My dad's aunt Mary Black Percival French gave my uncle some family history in a letter. I don't know if it is fact or fiction, but here is another one - mostly regarding my great-great grandfather, John Stearns Percival, father of Herbert Davidson and John Henry Percival. He married Susan Davidson.
"I got all the earlier ancestors, but got stuck when it came to my own grand-father, your great-grandfather [blogger's note: John Stearns Percival.] According to what I found, he did go to war for the South but came home for a visit, [His enlistment was up. He re-enlisted a few months later] then went back and was killed shortly after that. The Kansans came over to Waverly while he was gone the first time, ran off the 20 slaves they had, (who had already been freed but chose to stay with my grandmother (Susan Davidson Percival) and the two small boys, my father and uncle Herbert.) The Kansans burned all the buildings, house barns and all, took all the live-stock and left my grand-mother penniless. She went to stay with a brother and taught school to support herself and children."

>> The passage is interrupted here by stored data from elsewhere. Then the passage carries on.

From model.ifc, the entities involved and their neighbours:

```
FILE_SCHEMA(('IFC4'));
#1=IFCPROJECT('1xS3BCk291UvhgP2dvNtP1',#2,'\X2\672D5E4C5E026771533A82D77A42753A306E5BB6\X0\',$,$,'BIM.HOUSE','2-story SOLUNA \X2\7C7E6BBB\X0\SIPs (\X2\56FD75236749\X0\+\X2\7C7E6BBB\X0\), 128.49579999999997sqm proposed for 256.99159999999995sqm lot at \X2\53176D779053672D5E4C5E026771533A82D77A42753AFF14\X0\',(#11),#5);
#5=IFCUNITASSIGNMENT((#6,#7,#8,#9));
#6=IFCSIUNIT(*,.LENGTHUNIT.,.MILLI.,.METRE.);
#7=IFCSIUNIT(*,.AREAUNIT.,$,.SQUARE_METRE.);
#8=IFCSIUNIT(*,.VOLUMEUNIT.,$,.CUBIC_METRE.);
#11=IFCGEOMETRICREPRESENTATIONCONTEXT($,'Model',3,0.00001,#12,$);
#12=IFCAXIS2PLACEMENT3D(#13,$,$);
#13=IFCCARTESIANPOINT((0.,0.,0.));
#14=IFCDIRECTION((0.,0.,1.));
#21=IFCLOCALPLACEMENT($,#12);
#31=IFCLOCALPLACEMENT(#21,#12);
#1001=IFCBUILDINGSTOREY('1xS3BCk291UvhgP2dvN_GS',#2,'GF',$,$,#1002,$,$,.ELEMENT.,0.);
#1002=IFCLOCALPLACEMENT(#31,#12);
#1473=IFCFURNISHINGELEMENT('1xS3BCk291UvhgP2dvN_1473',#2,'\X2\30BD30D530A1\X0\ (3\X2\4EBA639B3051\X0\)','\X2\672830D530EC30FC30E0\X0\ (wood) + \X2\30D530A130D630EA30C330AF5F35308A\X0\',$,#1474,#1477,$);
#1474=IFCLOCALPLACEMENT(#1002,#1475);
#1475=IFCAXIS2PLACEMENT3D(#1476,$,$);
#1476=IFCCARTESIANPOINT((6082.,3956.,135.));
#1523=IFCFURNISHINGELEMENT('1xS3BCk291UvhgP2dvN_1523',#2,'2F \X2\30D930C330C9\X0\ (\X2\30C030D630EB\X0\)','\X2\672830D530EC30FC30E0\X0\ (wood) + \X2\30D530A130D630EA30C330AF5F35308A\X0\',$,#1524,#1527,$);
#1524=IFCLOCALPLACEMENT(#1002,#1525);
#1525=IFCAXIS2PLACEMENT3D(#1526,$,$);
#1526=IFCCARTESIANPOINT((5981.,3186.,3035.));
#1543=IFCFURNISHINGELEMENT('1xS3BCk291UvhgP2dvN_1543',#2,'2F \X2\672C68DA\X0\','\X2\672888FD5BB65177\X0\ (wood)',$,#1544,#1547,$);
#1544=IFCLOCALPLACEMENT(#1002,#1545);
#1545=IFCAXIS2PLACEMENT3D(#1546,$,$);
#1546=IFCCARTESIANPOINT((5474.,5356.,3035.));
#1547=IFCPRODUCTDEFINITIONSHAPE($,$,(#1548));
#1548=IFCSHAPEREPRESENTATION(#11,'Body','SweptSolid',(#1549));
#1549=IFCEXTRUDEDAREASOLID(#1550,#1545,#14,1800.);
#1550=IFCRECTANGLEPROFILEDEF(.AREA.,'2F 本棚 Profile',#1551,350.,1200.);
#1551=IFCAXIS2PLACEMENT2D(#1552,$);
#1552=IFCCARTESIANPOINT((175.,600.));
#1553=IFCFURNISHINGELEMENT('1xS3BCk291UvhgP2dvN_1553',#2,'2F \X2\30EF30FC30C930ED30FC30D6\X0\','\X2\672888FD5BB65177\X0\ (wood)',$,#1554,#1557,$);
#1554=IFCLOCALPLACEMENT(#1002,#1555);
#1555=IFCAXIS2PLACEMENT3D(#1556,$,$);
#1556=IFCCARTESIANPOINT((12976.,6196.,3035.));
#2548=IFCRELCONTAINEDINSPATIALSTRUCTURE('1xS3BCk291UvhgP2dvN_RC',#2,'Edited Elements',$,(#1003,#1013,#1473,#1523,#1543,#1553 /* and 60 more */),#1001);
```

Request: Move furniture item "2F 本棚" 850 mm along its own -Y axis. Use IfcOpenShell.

```python
import ifcopenshell
import ifcopenshell.api.geometry
import ifcopenshell.util.placement
import ifcopenshell.util.unit

model = ifcopenshell.open("model.ifc")
unit_scale = ifcopenshell.util.unit.calculate_unit_scale(model)

item = model.by_guid("1xS3BCk291UvhgP2dvN_1543")
matrix = ifcopenshell.util.placement.get_local_placement(item.ObjectPlacement)
matrix[:3, 3] -= matrix[:3, 1] * 0.85 / unit_scale
ifcopenshell.api.geometry.edit_object_placement(model, product=item, matrix=matrix, is_si=False)

print(ifcopenshell.util.placement.get_local_placement(item.ObjectPlacement).round(3) + 0.0)

model.write("model_v2.ifc")
```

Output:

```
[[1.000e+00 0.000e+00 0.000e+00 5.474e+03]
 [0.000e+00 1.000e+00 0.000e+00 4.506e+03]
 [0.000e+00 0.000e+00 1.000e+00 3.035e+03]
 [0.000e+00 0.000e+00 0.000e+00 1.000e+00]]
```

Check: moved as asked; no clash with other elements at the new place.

Actually, Susan Davidson Percival took her children and fled to Kentucky to her sister-in-law's home where she did indeed teach school. Her only brother, John Davidson lived in Jackson County, Missouri and he died in 1864.
I can't even find John Percival on the 1860 slave census. The family was living in Middleton township, Lafayette county, Missouri in 1860 and not Waverly. Is it possible he freed any slaves he may have owned? Yes. If there were former slaves living on the farm in 1860, they aren't enumerated.